I first booted from the live CD to see how it would cope with my hardware. I have a Compaq Presario CQ60 with an AMD Trurion so it's a 64bit system with an Nvidia graphics chipset. I was pleasantly surprised when it just worked and even my wireless network was detected and I was able to connect without having to drop to a terminal and cast archaic command line spells. Spurred on by this I double clicked the Install Ubuntu icon temptingly placed on the desktop and went through 7 breif steps after which the install process began. (I had already shrunk my Vista partition some weeks ago in anticipation of installing a Linux distro)
The install duely finished and prompted me to re-boot, which I did. The system was dilligent enough to eject the Live CD before restarting. Naturally Grub had been added to the MBR (Master Boot Record) and presented me with a list of OS's to boot from including my existing Vista insrallation and Vista recovery partition, all well and good. So I selected Ubuntu and pressed enter. After some time staring at the Ubuntu logo I was presented with a command line login not the graphical manager I was expexting. Also it was blinking in a decidely uncomforting way as if it were in some kind of tight loop. Sure enough any attempt to type in my username and password was impossible, with the keys occasionaly being registered but mostly ignored. After some conversation with my favoured guru on these matters we bootrf into Ubuntu's recovery mode and a sudo apt-get instrall nvidia-glx-173 and an edit of /etc/X11/xorg.conf later, we restarted X and I was able to login. All was bliss... Until I decided to boot Vista!
Vista refused to boot, shortly after the familiar green stripped progress bar of the Vista boot sequence, the screen just went black and an automatitc reboot ensued. This was not a welcome state of affairs. I chose to boot the Vista recovery partition, this worked and I ran the repair start-up errors option. This appeared to fix things by going back to an earlier restore point.
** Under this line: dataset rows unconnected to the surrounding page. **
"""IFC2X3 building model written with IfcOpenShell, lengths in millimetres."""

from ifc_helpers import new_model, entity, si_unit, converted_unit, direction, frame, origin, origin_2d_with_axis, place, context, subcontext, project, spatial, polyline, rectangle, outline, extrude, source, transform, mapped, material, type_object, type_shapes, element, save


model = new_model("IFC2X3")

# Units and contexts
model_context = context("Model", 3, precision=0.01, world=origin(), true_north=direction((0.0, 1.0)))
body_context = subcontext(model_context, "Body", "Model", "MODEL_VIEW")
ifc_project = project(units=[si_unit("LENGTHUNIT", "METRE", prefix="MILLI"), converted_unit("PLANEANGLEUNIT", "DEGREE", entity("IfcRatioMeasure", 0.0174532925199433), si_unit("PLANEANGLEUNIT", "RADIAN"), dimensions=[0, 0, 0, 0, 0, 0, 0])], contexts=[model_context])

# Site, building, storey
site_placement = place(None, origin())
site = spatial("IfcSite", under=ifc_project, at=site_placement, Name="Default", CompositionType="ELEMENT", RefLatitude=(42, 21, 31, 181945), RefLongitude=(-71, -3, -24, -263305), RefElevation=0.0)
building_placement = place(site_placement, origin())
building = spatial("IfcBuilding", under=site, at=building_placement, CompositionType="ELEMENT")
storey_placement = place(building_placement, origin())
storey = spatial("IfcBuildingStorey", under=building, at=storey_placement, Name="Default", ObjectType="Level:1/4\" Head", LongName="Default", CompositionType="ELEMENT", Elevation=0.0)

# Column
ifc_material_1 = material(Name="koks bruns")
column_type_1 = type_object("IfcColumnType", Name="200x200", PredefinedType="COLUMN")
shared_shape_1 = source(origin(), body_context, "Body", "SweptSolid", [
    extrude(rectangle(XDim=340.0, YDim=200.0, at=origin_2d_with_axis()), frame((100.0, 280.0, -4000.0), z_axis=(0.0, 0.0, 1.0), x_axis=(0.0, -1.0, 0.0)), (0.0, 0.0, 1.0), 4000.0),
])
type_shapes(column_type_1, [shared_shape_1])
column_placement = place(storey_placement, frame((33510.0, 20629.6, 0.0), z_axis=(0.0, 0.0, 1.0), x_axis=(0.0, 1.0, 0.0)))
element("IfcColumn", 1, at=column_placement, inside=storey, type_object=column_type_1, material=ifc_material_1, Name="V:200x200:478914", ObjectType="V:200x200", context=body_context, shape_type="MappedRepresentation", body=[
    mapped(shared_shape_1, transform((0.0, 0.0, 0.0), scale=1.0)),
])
But not for long. It appeared that whenever I booted Ubuntu, Vista would refuse to boot afterwards. I finally managed to get around this problem by installing EasyBCD, a Vista friendly boot manager that enables you to re-write your MBR. That of course put paid to Grub. But EasyBCD boasts the ability to boot linux partitions too. But no amount of configuring seemed able to bring back Ubuntu. And in the end EasyBCD fought back and destroyed my MBR itself after having so helpfully repaired it before. Now things were serious. I had to download a Vista x64 recovery disk iso image and burn it to a spare CDR and use that to fix the MBR and get Vista back again.
Finally after much internet surfing, I re-installed Ubuntu. I chose to manually create partitions this time and at the end of the install wizard I chose advanced options and selected not to intsall Grub to my MBR but to the boot partition of Unbunto. I then rebooted into Vista and added a linux boot entry in EasyBCD pointing at that partion. And finally here we are typing this epilogue.
All I wanted to do was hack some Lisp! he he. I had tried various set-ups using Cygwin in Windows but none of them were satisfactory. Now that Ubuntu is finally up and running it was simple to select emacs, slime and sbcl in the package manager and get up and running in minutes. The bitter irony is not lost on me, I can tell you.